Item #1603 Observations on the Poetics of Aristotle, by Metastasio… with a biographical notice of the author…. Hastings ELWIN, attributed.

Observations on the Poetics of Aristotle, by Metastasio… with a biographical notice of the author…

Sydney: Kemp & Fairfax, 1842.

First Edition.

Rare, and very fine: a presentation copy (inscribed on the front endpaper to Walter Wrottersley “from the translator”) of an unusual publication for this period in Australia, a translation of an obscure commentary on Aristotle. Almost nothing of a philosophical bent was published in Australia before the 1850s and the creation of the Universities of Sydney and Melbourne.

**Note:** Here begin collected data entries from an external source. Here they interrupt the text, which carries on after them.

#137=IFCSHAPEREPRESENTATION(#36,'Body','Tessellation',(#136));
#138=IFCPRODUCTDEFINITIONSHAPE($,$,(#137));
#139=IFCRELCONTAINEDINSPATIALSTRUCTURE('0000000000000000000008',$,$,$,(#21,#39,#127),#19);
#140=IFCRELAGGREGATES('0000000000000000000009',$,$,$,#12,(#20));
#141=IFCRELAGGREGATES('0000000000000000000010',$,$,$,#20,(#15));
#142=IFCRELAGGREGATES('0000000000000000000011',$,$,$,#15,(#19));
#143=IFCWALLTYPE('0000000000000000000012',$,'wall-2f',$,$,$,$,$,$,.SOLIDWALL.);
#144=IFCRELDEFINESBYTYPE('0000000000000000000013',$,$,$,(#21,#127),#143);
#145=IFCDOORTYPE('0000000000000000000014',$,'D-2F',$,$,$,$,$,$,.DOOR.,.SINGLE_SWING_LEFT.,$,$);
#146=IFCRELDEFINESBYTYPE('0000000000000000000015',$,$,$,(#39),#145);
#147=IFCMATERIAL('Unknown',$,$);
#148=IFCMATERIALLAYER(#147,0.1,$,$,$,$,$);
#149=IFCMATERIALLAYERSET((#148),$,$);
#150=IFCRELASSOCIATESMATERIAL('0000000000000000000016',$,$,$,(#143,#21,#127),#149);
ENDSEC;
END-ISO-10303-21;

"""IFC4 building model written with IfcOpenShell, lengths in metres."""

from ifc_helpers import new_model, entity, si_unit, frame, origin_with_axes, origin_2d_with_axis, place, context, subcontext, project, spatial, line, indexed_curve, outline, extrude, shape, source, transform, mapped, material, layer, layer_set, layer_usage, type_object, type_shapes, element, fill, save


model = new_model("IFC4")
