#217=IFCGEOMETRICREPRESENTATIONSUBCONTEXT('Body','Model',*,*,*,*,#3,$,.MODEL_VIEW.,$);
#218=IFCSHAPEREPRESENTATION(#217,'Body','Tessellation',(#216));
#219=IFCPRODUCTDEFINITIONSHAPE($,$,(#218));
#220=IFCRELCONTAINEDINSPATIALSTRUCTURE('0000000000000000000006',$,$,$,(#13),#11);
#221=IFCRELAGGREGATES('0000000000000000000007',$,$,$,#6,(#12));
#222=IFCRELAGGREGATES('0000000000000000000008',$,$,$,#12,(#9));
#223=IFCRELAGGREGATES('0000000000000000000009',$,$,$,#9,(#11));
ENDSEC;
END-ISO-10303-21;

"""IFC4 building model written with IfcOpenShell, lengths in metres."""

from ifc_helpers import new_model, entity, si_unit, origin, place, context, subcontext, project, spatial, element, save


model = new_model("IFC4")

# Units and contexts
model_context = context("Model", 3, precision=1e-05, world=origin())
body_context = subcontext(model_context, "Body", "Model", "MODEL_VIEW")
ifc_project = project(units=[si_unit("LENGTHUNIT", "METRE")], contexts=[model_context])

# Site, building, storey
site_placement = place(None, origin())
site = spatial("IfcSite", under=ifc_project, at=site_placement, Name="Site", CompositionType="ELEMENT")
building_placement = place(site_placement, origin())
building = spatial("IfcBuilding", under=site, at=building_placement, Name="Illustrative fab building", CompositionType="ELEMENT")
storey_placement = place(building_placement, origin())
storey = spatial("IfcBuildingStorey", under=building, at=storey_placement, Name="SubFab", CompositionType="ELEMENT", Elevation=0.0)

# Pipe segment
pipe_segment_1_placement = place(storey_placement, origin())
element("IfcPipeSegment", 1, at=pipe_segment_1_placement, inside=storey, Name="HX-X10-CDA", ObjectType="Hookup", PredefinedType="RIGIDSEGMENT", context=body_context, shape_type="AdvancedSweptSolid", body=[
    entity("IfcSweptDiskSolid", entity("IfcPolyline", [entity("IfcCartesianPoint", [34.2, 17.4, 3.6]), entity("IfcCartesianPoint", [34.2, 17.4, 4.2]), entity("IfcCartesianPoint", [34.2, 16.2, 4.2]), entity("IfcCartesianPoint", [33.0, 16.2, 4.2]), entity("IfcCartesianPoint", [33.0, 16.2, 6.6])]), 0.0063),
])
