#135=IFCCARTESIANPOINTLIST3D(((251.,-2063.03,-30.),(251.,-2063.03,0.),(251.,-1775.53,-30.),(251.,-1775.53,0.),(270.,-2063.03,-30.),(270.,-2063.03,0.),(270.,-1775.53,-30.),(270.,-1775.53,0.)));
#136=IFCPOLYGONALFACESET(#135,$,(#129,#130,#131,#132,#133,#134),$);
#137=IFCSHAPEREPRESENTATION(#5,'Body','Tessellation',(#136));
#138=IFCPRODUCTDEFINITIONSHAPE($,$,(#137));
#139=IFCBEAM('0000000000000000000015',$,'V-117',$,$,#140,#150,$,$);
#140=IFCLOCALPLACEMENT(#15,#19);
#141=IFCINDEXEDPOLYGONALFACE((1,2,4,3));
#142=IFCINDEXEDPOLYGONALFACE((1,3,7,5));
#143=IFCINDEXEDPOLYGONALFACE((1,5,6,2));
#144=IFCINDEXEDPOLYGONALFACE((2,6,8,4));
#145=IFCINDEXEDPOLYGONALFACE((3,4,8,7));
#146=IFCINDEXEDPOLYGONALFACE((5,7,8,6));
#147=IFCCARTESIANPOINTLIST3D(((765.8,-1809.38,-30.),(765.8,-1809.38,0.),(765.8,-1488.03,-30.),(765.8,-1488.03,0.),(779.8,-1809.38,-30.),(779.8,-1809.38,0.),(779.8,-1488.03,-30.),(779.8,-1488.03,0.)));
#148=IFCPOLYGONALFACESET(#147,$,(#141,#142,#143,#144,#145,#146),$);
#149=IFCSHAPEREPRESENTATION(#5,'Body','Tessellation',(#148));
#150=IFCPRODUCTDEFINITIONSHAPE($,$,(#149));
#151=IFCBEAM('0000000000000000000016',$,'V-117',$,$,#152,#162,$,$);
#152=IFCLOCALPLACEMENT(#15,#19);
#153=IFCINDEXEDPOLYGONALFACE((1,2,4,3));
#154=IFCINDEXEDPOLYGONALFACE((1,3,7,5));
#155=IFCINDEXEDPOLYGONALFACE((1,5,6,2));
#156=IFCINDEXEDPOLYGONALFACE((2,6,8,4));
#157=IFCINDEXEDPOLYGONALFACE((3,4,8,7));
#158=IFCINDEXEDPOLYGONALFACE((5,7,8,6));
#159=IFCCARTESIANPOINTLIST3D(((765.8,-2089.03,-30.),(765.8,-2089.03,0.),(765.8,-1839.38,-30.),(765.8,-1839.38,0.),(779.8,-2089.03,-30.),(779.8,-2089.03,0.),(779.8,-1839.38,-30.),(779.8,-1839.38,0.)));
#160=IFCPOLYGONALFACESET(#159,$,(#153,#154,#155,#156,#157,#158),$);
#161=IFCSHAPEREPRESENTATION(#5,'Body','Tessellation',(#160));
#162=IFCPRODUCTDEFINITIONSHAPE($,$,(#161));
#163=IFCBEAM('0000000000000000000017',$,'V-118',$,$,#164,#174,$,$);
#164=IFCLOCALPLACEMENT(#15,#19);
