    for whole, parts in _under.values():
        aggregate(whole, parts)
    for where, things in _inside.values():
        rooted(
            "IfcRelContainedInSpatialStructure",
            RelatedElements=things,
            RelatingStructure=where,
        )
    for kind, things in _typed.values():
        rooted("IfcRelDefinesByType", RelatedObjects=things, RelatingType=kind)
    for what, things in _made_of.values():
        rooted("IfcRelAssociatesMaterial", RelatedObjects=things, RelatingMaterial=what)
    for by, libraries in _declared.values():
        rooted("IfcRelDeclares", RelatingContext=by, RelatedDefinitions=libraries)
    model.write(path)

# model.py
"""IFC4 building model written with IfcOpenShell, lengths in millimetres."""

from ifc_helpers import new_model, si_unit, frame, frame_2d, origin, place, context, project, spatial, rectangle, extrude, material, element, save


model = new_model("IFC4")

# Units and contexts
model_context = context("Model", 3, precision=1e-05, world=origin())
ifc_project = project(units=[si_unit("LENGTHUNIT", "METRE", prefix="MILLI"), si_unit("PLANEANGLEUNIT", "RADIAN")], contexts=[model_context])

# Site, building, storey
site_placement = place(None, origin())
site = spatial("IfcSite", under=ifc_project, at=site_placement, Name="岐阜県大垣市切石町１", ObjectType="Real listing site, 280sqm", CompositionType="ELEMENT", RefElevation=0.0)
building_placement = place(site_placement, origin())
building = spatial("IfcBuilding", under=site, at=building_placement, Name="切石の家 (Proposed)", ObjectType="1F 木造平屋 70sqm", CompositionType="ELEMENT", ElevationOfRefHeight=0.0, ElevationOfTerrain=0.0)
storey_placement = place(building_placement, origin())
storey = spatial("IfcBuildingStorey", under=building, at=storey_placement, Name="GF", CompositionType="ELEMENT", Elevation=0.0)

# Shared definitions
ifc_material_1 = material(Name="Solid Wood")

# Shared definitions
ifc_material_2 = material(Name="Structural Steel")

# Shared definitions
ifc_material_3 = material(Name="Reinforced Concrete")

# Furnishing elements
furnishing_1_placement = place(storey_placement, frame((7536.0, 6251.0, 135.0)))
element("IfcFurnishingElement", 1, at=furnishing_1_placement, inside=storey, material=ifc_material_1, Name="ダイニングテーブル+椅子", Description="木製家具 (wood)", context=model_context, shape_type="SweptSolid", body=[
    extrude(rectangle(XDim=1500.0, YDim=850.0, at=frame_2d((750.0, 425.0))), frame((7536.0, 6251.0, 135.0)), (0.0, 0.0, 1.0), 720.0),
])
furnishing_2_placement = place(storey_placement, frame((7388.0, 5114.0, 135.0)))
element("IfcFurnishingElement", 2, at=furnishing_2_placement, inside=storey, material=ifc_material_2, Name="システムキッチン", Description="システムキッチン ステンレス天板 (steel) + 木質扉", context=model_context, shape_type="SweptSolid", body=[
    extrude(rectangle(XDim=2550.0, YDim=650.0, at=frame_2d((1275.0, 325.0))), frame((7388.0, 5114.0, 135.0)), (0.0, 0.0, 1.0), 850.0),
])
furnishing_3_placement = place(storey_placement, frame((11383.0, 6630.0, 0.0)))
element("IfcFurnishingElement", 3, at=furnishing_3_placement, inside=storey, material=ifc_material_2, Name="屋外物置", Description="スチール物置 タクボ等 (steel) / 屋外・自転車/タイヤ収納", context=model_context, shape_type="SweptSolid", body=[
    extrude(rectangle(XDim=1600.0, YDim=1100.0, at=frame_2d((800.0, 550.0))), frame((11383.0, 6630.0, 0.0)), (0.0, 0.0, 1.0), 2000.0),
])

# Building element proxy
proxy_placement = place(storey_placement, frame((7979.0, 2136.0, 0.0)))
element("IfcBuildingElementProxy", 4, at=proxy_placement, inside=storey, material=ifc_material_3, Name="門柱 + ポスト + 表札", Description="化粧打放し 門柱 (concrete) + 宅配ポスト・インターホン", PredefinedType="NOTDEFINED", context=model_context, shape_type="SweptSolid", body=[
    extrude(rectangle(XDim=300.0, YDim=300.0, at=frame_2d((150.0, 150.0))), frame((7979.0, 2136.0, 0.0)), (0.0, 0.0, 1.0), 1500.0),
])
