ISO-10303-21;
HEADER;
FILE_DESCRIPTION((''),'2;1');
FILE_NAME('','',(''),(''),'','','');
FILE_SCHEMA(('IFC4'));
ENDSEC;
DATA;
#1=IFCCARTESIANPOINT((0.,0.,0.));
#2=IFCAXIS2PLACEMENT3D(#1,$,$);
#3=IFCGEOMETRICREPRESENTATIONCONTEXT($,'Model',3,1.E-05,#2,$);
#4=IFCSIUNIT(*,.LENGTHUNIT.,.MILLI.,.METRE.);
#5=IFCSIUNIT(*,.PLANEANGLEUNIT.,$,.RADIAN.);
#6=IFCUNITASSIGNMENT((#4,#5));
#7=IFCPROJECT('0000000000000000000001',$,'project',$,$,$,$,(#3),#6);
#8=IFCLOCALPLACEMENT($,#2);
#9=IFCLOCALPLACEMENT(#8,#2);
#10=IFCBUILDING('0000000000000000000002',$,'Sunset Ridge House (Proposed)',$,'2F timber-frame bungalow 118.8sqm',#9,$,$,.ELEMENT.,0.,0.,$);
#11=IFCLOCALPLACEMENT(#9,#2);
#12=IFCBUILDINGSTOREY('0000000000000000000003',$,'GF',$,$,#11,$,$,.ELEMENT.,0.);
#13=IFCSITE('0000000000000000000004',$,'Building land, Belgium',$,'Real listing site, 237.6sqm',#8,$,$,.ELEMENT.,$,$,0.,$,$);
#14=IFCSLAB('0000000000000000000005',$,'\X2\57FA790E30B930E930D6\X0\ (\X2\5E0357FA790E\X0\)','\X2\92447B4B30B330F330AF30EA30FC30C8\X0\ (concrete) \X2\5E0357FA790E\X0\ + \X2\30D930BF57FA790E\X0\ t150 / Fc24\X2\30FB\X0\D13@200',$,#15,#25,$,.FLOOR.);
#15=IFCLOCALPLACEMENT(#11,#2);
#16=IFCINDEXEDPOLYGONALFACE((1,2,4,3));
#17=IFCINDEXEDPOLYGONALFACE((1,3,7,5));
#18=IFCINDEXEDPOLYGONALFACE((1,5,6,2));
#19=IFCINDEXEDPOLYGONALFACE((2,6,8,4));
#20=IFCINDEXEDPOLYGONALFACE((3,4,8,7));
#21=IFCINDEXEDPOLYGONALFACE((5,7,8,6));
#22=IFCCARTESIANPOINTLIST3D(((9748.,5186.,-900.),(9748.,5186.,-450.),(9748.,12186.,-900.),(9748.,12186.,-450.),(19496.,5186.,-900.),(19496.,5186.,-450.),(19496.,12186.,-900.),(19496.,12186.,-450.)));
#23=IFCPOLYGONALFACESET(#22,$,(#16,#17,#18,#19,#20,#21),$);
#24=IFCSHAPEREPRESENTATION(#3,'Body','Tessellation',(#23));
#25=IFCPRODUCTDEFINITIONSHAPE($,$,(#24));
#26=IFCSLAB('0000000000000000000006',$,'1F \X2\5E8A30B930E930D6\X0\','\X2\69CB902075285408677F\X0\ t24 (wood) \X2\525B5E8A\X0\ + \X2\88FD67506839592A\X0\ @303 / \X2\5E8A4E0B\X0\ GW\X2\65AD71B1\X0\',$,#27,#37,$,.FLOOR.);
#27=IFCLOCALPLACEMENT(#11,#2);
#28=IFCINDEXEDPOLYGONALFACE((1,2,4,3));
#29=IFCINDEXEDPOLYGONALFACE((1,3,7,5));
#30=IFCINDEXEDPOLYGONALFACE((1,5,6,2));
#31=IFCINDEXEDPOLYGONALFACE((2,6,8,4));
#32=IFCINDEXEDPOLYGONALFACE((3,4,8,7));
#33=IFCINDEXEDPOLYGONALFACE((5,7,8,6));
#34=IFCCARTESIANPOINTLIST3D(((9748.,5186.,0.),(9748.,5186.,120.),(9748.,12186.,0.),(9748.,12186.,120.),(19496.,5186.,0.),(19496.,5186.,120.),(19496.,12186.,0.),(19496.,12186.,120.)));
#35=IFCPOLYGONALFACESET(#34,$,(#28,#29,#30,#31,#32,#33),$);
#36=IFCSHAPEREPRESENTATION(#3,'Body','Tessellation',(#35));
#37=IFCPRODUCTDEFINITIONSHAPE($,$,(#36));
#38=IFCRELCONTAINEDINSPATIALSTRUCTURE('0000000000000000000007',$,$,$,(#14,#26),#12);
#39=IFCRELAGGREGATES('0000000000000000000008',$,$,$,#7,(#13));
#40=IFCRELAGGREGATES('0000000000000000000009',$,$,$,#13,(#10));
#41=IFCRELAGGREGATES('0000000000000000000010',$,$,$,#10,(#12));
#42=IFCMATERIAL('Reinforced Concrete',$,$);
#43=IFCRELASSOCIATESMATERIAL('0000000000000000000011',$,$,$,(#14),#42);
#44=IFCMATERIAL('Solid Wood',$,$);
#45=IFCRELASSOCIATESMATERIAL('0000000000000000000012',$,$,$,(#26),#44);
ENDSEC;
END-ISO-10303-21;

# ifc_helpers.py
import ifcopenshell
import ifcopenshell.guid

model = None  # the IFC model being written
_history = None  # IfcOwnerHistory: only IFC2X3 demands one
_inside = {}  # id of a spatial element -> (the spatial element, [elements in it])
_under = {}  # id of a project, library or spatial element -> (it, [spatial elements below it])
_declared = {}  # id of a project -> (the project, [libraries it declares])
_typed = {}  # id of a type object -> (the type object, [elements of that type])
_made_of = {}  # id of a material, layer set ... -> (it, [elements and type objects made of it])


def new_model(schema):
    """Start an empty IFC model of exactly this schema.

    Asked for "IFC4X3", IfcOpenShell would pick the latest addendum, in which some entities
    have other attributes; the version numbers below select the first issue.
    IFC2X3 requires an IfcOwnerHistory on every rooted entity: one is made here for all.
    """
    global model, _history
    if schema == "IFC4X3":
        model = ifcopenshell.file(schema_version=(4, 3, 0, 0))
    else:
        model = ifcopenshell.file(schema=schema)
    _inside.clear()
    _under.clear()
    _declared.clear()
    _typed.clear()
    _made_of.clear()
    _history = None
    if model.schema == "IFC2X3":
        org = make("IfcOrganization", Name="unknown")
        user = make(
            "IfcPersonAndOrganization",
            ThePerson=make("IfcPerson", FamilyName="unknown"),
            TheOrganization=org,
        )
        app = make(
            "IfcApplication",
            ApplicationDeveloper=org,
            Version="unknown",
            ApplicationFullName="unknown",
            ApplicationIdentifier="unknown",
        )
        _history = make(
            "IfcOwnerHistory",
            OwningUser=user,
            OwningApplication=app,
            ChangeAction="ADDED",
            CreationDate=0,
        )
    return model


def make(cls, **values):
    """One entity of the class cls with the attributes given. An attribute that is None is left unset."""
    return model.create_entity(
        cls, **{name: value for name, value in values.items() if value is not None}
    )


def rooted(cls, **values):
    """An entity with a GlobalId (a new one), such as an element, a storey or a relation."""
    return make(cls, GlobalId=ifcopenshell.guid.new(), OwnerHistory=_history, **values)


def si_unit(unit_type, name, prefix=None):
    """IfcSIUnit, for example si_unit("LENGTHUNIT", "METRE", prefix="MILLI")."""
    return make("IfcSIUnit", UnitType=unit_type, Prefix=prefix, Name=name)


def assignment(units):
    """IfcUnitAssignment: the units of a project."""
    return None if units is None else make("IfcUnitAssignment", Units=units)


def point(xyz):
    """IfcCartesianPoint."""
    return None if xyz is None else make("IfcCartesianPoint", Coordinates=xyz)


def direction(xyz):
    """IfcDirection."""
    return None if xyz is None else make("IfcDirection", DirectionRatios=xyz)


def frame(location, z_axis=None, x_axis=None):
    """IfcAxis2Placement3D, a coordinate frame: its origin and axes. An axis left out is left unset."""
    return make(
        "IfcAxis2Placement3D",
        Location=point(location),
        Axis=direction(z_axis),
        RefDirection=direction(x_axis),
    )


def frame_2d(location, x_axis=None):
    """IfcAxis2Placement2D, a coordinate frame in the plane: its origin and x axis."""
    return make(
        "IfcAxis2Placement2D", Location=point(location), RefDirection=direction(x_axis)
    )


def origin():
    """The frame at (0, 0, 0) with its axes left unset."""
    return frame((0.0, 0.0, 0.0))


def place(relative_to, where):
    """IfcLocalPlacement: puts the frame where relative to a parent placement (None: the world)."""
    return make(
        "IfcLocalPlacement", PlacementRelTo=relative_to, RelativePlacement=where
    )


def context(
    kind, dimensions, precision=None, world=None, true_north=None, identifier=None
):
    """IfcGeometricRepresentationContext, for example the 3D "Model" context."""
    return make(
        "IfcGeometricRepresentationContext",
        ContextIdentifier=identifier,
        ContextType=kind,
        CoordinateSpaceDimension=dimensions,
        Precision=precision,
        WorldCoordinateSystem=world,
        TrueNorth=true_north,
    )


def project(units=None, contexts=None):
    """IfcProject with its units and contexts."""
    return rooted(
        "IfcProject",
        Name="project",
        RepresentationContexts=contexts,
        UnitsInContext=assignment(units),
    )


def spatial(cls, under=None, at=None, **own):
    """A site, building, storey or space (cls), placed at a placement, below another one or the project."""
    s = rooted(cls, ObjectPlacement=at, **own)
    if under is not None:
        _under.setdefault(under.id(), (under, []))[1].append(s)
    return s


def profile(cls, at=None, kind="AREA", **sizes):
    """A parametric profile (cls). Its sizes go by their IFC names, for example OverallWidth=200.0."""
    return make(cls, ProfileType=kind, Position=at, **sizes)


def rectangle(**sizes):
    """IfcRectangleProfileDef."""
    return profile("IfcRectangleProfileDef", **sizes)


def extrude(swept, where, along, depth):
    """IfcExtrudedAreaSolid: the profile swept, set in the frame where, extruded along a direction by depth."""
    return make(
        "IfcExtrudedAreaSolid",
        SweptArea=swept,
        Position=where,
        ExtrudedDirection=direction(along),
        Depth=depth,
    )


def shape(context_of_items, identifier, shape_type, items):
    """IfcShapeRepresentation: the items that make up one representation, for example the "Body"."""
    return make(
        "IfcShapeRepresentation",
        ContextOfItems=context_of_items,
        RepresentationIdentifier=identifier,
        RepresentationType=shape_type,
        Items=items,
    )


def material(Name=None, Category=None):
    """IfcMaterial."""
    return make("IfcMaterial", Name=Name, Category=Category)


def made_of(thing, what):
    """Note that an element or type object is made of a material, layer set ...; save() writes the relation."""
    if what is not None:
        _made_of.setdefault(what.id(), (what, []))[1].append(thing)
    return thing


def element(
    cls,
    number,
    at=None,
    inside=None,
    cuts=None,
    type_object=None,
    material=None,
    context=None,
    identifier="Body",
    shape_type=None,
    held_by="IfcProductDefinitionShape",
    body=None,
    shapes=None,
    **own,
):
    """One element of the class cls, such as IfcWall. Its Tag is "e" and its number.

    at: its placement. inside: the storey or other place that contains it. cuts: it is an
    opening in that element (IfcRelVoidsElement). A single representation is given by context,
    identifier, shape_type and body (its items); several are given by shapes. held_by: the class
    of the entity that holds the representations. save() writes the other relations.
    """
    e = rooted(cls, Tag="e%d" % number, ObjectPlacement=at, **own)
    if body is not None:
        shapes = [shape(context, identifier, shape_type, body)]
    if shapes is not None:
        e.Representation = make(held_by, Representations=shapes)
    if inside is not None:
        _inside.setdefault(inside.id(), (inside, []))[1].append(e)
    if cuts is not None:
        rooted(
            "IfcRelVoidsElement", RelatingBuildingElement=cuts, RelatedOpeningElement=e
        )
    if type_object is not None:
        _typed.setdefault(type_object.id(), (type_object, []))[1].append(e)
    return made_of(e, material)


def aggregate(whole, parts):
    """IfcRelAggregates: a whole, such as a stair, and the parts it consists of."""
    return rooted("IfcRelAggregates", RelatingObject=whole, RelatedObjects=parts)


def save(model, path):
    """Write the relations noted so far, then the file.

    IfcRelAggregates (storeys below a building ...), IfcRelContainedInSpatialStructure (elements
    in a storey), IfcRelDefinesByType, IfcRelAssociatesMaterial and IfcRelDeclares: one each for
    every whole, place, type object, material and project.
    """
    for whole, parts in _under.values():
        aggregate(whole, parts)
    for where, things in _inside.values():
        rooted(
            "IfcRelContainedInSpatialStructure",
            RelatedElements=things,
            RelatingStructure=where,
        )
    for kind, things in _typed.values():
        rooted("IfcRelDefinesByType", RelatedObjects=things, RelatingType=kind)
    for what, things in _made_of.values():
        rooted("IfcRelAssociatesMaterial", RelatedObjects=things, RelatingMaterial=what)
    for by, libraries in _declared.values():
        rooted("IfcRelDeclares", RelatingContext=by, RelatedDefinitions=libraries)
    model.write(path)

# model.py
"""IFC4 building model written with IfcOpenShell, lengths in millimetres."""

from ifc_helpers import new_model, si_unit, frame, frame_2d, origin, place, context, project, spatial, rectangle, extrude, material, element, save


model = new_model("IFC4")

# Units and contexts
model_context = context("Model", 3, precision=1e-05, world=origin())
ifc_project = project(units=[si_unit("LENGTHUNIT", "METRE", prefix="MILLI"), si_unit("PLANEANGLEUNIT", "RADIAN")], contexts=[model_context])

# Site, building, storey
site_placement = place(None, origin())
site = spatial("IfcSite", under=ifc_project, at=site_placement, Name="Building land, Belgium", ObjectType="Real listing site, 237.6sqm", CompositionType="ELEMENT", RefElevation=0.0)
building_placement = place(site_placement, origin())
building = spatial("IfcBuilding", under=site, at=building_placement, Name="Sunset Ridge House (Proposed)", ObjectType="2F timber-frame bungalow 118.8sqm", CompositionType="ELEMENT", ElevationOfRefHeight=0.0, ElevationOfTerrain=0.0)
storey_placement = place(building_placement, origin())
storey = spatial("IfcBuildingStorey", under=building, at=storey_placement, Name="GF", CompositionType="ELEMENT", Elevation=0.0)

# Slabs
ifc_material_1 = material(Name="Reinforced Concrete")
slab_1_placement = place(storey_placement, frame((4874.0, 2593.0, -450.0)))
element("IfcSlab", 1, at=slab_1_placement, inside=storey, material=ifc_material_1, Name="基礎スラブ (布基礎)", Description="鉄筋コンクリート (concrete) 布基礎 + ベタ基礎 t150 / Fc24・D13@200", PredefinedType="FLOOR", context=model_context, shape_type="SweptSolid", body=[
    extrude(rectangle(XDim=9748.0, YDim=7000.0, at=frame_2d((4874.0, 3500.0))), frame((4874.0, 2593.0, -450.0)), (0.0, 0.0, 1.0), 450.0),
])
ifc_material_2 = material(Name="Solid Wood")
slab_2_placement = place(storey_placement, frame((4874.0, 2593.0, 0.0)))
element("IfcSlab", 2, at=slab_2_placement, inside=storey, material=ifc_material_2, Name="1F 床スラブ", Description="構造用合板 t24 (wood) 剛床 + 製材根太 @303 / 床下 GW断熱", PredefinedType="FLOOR", context=model_context, shape_type="SweptSolid", body=[
    extrude(rectangle(XDim=9748.0, YDim=7000.0, at=frame_2d((4874.0, 3500.0))), frame((4874.0, 2593.0, 0.0)), (0.0, 0.0, 1.0), 120.0),
])

save(model, "model.ifc")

Perhaps the earliest philosophical work printed in Sydney?
Elwin says that he translated part of the eighteenth-century writer Metastasio’s critical observations on the Poetics in order to place “such portion as appeared to be likely to engage the attention, as well from the nature of the immediate topic, as from the spirited manner in which it is treated… within reach of the English reader”. Metastasio, or Pietro Antonio Domenico Trapassi, is best known today because Mozart used his “La Clemenzo di Tito” as the basis for his libretto.
Ferguson originally entered the translator as Elwin Hastings, but the Addenda notes that his identity as Hastings Elwin was established by an inscribed presentation copy offered by Henry Cork, London, Cat. 5 (1929) No. 294. Hastings Elwin was a rather grand figure, friend of the poet Thomas Moore, elected to the NSW Legislative Council in 1843.

Item #1603

Small quarto; original embossed cloth boards with dark green calf spine gilt, partially unopened, in fine condition.